Further, the principle of the invention can be used to cover 3 cycles of having bigger operand width respectively or more multiply periodicly add computing.

Claims

1. an adder circuit is used for two scale-of-two or decimal system operand A and B addition, wherein each decimal location 0 to 9 has scale-of-two 4 bit representations under the situation of decimal system operand, and the execution of the wherein decimal system-digitwise operation comprises numerical digit and calculating:

Operand A add operation is counted B and is added 6;

Operand A reducing is counted B and is subtracted 6;

B is counted in operand A add operation;

B is counted in operand A reducing;

Wherein whether the carry of decimal location output is being indicated and is being needed numerical digit and revise, and described adder circuit comprises:

A) the first carry branch road (12) is in order to produce " heat " carry in each numerical digit;

B) second adder branch road (14) for decimal system operand, suppose carry input value 0 and 1 in order to budget respectively, all possible numerical digit with, A adds B, A subtracts B, A adds B and adds 6, A subtracts 6 and subtracts B, it is characterized in that:

C) add preceding logic (22), be used for directly calculating carry output valve cy0, cy1, cy2 and cy3 from input operand;

D) the described preceding logic (22) that adds is finished following expression (1) or its logically equivalent:

Cy0＝g0+(g1*p0)+(g2*p0*p1)+(g3*p0*p1*p2)；(1A)

Cy1＝g0+(g1*p0)+(g2*p0*p1)+(p0*p1*p2*p3)；(1B)

Cy2＝g0+(p0*p1)+(p0*p2)+(p0*g3)+(g1*p2)+(g1*g3)+(p1*g2*g3)；(1C)

Cy3＝g0+(p0*p1)+(p0*p2)+(p0*p3)+(g1*p2)+(g1*p3)+(p1*g2*p3)；(1D)。

2. according to the adder circuit of claim 1, wherein 36 4 bit digital were calculated to carry out decimal addition computing or binary addition computing in two cycles.

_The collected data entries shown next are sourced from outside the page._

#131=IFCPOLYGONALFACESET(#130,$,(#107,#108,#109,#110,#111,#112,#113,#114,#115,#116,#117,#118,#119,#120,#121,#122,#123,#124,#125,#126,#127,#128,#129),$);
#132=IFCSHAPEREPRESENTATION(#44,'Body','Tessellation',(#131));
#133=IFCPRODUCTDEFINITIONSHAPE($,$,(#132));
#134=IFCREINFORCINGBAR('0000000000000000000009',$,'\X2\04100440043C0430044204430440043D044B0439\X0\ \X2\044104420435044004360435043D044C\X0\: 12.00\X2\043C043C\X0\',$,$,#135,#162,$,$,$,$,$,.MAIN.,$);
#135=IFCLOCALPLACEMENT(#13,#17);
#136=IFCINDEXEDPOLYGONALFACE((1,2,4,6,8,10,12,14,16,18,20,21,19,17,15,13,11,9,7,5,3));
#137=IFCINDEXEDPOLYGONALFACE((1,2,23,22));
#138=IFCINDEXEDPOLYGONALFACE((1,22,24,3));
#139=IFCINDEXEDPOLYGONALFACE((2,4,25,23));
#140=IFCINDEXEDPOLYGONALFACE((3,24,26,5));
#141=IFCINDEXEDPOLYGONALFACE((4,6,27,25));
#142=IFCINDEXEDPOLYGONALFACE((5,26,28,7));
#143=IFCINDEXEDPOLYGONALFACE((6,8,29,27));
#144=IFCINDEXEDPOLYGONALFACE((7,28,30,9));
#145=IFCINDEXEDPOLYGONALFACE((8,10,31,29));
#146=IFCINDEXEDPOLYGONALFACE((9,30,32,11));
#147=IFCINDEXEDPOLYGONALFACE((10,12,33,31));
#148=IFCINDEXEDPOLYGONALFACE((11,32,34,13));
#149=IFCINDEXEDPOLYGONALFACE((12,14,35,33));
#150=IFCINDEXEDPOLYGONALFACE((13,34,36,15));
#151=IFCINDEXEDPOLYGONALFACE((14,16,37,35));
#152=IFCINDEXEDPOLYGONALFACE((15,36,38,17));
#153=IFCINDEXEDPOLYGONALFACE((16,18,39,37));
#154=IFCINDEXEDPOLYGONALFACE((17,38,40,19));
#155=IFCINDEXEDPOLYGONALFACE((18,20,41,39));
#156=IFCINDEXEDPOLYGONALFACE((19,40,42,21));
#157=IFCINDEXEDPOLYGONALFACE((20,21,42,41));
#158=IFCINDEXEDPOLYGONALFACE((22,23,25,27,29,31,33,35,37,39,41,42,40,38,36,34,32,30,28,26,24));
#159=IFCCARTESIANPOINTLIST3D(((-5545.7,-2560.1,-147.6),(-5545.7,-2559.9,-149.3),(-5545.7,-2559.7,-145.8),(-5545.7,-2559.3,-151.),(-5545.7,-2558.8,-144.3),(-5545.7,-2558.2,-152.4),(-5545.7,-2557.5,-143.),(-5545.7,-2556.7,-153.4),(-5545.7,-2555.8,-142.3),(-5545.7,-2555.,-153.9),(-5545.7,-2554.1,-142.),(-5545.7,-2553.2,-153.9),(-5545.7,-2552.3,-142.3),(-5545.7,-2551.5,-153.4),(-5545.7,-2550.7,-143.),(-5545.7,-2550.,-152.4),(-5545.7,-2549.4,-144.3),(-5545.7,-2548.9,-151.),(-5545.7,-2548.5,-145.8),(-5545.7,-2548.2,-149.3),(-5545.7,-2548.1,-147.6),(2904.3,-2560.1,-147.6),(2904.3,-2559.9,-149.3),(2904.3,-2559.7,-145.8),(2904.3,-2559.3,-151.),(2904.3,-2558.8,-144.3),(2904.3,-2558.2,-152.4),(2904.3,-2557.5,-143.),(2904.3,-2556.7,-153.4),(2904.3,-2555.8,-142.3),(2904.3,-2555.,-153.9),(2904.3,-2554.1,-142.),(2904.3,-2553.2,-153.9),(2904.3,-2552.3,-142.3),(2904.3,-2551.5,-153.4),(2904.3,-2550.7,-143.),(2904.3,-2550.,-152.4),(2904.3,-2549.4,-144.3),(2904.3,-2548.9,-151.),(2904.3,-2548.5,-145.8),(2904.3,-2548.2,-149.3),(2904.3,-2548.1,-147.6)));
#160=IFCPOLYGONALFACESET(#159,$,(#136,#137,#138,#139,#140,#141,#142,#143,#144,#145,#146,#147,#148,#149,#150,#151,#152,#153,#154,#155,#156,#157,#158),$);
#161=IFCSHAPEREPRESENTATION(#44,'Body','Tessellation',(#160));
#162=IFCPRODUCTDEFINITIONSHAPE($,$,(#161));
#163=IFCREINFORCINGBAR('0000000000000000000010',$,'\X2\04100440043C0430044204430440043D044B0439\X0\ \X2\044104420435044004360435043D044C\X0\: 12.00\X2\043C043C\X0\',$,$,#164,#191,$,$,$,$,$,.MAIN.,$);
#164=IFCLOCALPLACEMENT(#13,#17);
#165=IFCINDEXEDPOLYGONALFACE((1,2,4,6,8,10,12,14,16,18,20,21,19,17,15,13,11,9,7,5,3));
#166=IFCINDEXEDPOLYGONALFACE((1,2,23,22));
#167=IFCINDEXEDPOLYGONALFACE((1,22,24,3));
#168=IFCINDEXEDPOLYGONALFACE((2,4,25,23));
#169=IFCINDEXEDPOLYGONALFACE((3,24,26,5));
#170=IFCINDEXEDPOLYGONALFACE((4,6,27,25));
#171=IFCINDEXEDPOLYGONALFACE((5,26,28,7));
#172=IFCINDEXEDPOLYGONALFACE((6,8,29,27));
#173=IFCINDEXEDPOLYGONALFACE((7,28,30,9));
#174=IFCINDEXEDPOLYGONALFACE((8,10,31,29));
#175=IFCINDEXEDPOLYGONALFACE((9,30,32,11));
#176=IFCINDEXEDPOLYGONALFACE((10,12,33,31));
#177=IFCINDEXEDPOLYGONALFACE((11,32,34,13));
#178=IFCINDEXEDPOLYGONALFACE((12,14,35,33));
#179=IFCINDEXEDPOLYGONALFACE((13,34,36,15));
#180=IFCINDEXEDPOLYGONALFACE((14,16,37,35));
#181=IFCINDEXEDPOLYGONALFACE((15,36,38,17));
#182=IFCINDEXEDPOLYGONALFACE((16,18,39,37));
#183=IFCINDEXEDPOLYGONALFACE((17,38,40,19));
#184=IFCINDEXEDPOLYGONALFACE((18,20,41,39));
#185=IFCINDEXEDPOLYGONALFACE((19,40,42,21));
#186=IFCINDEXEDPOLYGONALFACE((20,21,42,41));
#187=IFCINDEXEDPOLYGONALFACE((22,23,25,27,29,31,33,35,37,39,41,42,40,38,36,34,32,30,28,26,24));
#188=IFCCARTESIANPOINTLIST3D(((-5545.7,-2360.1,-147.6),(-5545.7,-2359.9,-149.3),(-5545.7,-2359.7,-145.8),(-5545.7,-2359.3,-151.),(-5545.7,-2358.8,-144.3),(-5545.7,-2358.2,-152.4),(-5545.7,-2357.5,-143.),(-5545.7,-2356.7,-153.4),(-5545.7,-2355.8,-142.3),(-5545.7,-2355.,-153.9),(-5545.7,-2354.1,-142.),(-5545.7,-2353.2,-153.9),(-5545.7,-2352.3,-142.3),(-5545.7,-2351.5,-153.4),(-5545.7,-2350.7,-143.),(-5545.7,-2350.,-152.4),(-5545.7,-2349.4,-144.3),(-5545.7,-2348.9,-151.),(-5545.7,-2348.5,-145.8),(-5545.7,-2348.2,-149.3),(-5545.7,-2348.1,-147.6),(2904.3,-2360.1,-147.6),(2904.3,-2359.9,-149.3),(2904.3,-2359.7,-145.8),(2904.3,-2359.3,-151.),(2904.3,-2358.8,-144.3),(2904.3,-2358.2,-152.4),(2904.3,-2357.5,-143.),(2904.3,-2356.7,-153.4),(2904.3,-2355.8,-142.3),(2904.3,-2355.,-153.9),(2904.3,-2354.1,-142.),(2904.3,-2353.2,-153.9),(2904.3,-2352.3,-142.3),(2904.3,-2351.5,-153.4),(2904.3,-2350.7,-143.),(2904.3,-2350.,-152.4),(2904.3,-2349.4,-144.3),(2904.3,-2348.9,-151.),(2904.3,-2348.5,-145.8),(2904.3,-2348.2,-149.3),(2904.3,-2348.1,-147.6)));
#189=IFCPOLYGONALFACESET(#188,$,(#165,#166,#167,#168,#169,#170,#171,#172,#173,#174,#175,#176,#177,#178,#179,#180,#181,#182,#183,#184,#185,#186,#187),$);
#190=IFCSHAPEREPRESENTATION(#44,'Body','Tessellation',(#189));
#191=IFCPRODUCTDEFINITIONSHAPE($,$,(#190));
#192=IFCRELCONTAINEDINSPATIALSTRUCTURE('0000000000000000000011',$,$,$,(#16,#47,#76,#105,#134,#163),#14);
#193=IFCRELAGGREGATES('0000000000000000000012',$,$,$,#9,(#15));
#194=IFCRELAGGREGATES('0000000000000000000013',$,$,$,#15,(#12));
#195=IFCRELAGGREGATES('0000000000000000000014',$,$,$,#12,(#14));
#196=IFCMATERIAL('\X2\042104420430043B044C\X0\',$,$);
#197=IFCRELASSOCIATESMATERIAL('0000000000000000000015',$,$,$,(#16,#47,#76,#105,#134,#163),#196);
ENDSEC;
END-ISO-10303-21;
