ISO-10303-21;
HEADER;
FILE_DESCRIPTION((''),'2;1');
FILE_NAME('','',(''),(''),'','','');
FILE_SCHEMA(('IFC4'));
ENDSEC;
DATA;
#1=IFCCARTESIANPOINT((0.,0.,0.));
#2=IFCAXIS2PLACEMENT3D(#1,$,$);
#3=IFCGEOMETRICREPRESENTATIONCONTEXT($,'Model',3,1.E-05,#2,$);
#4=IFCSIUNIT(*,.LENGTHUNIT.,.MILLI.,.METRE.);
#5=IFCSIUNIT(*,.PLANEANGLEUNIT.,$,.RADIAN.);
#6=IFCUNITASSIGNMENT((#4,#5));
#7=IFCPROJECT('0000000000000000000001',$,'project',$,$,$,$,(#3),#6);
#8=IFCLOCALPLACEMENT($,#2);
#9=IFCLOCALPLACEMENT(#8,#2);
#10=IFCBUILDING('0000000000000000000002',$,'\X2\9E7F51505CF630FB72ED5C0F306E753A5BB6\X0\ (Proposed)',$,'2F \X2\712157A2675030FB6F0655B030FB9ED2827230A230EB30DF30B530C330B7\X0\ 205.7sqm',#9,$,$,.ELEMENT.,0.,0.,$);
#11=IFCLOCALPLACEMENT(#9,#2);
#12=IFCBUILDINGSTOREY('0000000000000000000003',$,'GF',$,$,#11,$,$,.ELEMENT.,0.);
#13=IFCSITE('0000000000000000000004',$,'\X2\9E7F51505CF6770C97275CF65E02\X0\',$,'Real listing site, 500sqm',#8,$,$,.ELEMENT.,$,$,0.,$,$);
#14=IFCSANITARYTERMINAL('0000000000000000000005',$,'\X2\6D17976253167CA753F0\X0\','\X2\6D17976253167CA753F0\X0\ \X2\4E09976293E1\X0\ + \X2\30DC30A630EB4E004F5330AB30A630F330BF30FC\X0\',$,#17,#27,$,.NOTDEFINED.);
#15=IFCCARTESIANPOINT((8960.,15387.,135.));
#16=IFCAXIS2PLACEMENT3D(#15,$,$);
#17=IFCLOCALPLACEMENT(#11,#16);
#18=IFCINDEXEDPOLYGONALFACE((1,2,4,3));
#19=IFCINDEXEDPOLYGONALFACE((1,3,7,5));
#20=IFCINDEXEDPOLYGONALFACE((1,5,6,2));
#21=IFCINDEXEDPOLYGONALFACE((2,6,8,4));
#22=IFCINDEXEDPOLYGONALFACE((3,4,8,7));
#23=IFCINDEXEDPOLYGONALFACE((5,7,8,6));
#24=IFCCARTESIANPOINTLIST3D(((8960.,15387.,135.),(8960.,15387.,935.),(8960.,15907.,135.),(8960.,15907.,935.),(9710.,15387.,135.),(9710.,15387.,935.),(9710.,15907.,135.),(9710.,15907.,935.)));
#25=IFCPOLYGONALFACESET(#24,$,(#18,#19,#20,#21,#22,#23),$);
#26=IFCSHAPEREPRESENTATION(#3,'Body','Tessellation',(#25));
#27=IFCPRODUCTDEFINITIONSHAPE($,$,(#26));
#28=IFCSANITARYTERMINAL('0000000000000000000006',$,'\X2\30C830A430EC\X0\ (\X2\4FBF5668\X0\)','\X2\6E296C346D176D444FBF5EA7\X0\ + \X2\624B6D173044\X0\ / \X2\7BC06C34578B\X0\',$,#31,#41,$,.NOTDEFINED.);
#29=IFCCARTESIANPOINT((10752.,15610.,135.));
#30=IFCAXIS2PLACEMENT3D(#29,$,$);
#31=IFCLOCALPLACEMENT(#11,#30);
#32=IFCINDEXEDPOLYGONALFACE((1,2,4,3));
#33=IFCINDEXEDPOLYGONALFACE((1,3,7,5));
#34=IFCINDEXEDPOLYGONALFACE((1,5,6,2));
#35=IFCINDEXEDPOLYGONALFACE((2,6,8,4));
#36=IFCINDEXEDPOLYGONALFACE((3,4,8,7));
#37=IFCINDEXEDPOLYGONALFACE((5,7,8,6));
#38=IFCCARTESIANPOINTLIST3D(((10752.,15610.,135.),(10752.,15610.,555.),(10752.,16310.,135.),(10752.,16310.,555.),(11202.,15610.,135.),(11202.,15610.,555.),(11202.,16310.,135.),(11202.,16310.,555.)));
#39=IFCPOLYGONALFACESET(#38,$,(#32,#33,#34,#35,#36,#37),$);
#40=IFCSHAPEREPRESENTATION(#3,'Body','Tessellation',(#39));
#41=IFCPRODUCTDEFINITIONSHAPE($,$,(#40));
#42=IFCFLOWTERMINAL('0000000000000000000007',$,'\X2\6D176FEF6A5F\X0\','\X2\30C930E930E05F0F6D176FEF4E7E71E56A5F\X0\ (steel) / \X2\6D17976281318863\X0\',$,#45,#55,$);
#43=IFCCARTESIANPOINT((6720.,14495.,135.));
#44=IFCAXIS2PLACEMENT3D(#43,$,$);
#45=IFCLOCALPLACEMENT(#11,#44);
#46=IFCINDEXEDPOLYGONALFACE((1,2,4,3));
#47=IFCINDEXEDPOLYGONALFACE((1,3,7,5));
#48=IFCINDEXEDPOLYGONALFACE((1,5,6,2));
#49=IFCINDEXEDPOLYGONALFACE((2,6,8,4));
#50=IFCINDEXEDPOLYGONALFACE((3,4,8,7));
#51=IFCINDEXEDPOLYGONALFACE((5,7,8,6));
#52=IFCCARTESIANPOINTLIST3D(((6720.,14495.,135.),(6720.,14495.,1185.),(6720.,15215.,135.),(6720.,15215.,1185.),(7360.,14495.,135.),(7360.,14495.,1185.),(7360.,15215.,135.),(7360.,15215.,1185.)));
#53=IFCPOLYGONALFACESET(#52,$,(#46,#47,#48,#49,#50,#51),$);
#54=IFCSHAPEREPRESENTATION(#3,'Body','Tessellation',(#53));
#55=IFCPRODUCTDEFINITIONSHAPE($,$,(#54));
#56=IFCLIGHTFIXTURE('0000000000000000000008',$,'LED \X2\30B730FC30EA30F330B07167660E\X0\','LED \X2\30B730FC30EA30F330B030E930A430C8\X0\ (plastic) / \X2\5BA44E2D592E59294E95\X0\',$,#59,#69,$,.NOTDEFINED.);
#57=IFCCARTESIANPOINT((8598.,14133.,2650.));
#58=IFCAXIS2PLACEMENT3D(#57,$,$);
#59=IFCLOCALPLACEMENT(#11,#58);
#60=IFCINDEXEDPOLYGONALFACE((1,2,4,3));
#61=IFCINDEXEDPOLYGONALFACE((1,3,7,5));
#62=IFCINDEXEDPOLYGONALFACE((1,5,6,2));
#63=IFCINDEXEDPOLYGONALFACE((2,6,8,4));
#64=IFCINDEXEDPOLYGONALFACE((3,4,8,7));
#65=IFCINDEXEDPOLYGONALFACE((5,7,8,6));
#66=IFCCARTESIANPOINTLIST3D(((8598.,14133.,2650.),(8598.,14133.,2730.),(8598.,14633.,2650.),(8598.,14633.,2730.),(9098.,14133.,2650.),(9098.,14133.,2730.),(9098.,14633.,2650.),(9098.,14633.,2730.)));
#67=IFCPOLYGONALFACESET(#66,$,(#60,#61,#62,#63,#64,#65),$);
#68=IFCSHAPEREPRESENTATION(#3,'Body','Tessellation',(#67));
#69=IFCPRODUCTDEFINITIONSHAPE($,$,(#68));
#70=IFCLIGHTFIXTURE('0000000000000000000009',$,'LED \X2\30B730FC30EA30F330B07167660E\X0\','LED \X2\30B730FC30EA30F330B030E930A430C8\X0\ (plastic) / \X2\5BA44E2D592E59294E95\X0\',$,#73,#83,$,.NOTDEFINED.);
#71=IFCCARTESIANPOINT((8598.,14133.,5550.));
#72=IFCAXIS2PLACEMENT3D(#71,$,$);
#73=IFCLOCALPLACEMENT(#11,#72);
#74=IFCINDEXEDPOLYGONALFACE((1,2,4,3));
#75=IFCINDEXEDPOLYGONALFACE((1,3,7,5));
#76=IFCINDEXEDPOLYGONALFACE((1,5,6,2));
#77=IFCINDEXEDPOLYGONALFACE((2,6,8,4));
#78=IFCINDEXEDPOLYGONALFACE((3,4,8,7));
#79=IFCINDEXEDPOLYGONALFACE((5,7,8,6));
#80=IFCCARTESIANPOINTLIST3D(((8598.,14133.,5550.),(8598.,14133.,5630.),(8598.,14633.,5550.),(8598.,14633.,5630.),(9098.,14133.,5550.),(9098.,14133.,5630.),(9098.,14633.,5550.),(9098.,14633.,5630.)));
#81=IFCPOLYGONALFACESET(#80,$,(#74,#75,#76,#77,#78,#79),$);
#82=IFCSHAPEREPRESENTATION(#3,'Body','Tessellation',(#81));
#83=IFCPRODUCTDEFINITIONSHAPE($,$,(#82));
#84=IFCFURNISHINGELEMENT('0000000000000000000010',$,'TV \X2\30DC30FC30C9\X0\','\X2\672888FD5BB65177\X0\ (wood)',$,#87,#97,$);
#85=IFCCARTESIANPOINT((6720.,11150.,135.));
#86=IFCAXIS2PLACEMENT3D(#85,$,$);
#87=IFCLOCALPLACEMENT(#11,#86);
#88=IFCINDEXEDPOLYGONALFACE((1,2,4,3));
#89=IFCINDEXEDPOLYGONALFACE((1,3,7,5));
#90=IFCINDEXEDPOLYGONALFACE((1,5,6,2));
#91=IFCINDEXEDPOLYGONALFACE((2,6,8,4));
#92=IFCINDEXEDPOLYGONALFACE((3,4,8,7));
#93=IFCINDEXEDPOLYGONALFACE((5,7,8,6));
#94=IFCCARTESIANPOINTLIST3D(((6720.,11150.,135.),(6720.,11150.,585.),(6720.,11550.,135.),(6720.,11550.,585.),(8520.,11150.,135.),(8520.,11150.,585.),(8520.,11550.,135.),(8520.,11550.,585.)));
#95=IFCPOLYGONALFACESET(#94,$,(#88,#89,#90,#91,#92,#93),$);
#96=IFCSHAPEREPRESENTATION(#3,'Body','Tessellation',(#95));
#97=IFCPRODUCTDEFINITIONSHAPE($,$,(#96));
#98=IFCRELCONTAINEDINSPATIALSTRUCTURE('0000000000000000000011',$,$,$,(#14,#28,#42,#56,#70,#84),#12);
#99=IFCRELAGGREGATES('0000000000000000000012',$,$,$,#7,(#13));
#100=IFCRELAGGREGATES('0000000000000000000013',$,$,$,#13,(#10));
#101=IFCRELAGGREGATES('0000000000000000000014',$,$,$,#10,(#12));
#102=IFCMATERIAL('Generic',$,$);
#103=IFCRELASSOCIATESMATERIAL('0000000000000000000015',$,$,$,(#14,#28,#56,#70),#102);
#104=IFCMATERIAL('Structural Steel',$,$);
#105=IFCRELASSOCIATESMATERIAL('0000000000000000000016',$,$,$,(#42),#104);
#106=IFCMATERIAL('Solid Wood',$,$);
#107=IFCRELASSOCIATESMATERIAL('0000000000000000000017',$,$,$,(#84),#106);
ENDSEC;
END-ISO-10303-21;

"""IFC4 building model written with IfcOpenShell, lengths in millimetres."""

from ifc_helpers import new_model, si_unit, frame, frame_2d, origin, place, context, project, spatial, rectangle, extrude, material, element, save


model = new_model("IFC4")

# Units and contexts
model_context = context("Model", 3, precision=1e-05, world=origin())
ifc_project = project(units=[si_unit("LENGTHUNIT", "METRE", prefix="MILLI"), si_unit("PLANEANGLEUNIT", "RADIAN")], contexts=[model_context])

# Site, building, storey
site_placement = place(None, origin())
site = spatial("IfcSite", under=ifc_project, at=site_placement, Name="鹿児島県霧島市", ObjectType="Real listing site, 500sqm", CompositionType="ELEMENT", RefElevation=0.0)
building_placement = place(site_placement, origin())
building = spatial("IfcBuilding", under=site, at=building_placement, Name="鹿児島・狭小の町家 (Proposed)", ObjectType="2F 無垢材・漆喰・黒色アルミサッシ 205.7sqm", CompositionType="ELEMENT", ElevationOfRefHeight=0.0, ElevationOfTerrain=0.0)
storey_placement = place(building_placement, origin())
storey = spatial("IfcBuildingStorey", under=building, at=storey_placement, Name="GF", CompositionType="ELEMENT", Elevation=0.0)

# Shared definitions
ifc_material_1 = material(Name="Solid Wood")

# Sanitary terminals
ifc_material_2 = material(Name="Generic")
sanitary_terminal_1_placement = place(storey_placement, frame((8960.0, 15387.0, 135.0)))
element("IfcSanitaryTerminal", 1, at=sanitary_terminal_1_placement, inside=storey, material=ifc_material_2, Name="洗面化粧台", Description="洗面化粧台 三面鏡 + ボウル一体カウンター", PredefinedType="NOTDEFINED", context=model_context, shape_type="SweptSolid", body=[
    extrude(rectangle(XDim=750.0, YDim=520.0, at=frame_2d((375.0, 260.0))), frame((8960.0, 15387.0, 135.0)), (0.0, 0.0, 1.0), 800.0),
])
sanitary_terminal_2_placement = place(storey_placement, frame((10752.0, 15610.0, 135.0)))
element("IfcSanitaryTerminal", 2, at=sanitary_terminal_2_placement, inside=storey, material=ifc_material_2, Name="トイレ (便器)", Description="温水洗浄便座 + 手洗い / 節水型", PredefinedType="NOTDEFINED", context=model_context, shape_type="SweptSolid", body=[
    extrude(rectangle(XDim=450.0, YDim=700.0, at=frame_2d((225.0, 350.0))), frame((10752.0, 15610.0, 135.0)), (0.0, 0.0, 1.0), 420.0),
])

# Flow terminal
ifc_material_3 = material(Name="Structural Steel")
flow_terminal_placement = place(storey_placement, frame((6720.0, 14495.0, 135.0)))
element("IfcFlowTerminal", 3, at=flow_terminal_placement, inside=storey, material=ifc_material_3, Name="洗濯機", Description="ドラム式洗濯乾燥機 (steel) / 洗面脱衣", context=model_context, shape_type="SweptSolid", body=[
    extrude(rectangle(XDim=640.0, YDim=720.0, at=frame_2d((320.0, 360.0))), frame((6720.0, 14495.0, 135.0)), (0.0, 0.0, 1.0), 1050.0),
])

# Light fixtures
light_fixture_1_placement = place(storey_placement, frame((8598.0, 14133.0, 2650.0)))
element("IfcLightFixture", 4, at=light_fixture_1_placement, inside=storey, material=ifc_material_2, Name="LED シーリング照明", Description="LED シーリングライト (plastic) / 室中央天井", PredefinedType="NOTDEFINED", context=model_context, shape_type="SweptSolid", body=[
    extrude(rectangle(XDim=500.0, YDim=500.0, at=frame_2d((250.0, 250.0))), frame((8598.0, 14133.0, 2650.0)), (0.0, 0.0, 1.0), 80.0),
])
light_fixture_2_placement = place(storey_placement, frame((8598.0, 14133.0, 5550.0)))
element("IfcLightFixture", 5, at=light_fixture_2_placement, inside=storey, material=ifc_material_2, Name="LED シーリング照明", Description="LED シーリングライト (plastic) / 室中央天井", PredefinedType="NOTDEFINED", context=model_context, shape_type="SweptSolid", body=[
    extrude(rectangle(XDim=500.0, YDim=500.0, at=frame_2d((250.0, 250.0))), frame((8598.0, 14133.0, 5550.0)), (0.0, 0.0, 1.0), 80.0),
])

# Furnishing element
furnishing_placement = place(storey_placement, frame((6720.0, 11150.0, 135.0)))
element("IfcFurnishingElement", 6, at=furnishing_placement, inside=storey, material=ifc_material_1, Name="TV ボード", Description="木製家具 (wood)", context=model_context, shape_type="SweptSolid", body=[
    extrude(rectangle(XDim=1800.0, YDim=400.0, at=frame_2d((900.0, 200.0))), frame((6720.0, 11150.0, 135.0)), (0.0, 0.0, 1.0), 450.0),
])

save(model, "model.ifc")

3. according to the adder circuit of claim 1, wherein 16 positional operands are processed in one-period.

4. according to the adder circuit of claim 1, conversion and control wherein is provided, and (M5 M6) is used for selecting between binary arithmetic pattern and decimal arithmetic pattern.

5. comprise computer system according to one adder circuit in the aforementioned claim.

6. the method for computing adder unit is characterized in that comprising step:

A) input operand is supplied to add advanced potential logic (22), it carries out its equivalence of a logical OR according to following expression (1):

b)Cy0＝g0+(g1*p0)+(g2*p0*p1)+(g3*p0*p1*p2)；(1A)

Cy1＝g0+(g1*p0)+(g2*p0*p1)+(p0*p1*p2*p3)；(1B)

Cy2＝g0+(p0*p1)+(p0*p2)+(p0*g3)+(g1*p2)+(g1*g3)+(p1*g2*g3)；(1C)

Cy3＝g0+(p0*p1)+(p0*p2)+(p0*p3)+(g1*p2)+(g1*p3)+(p1*g2*p3)；(1D)。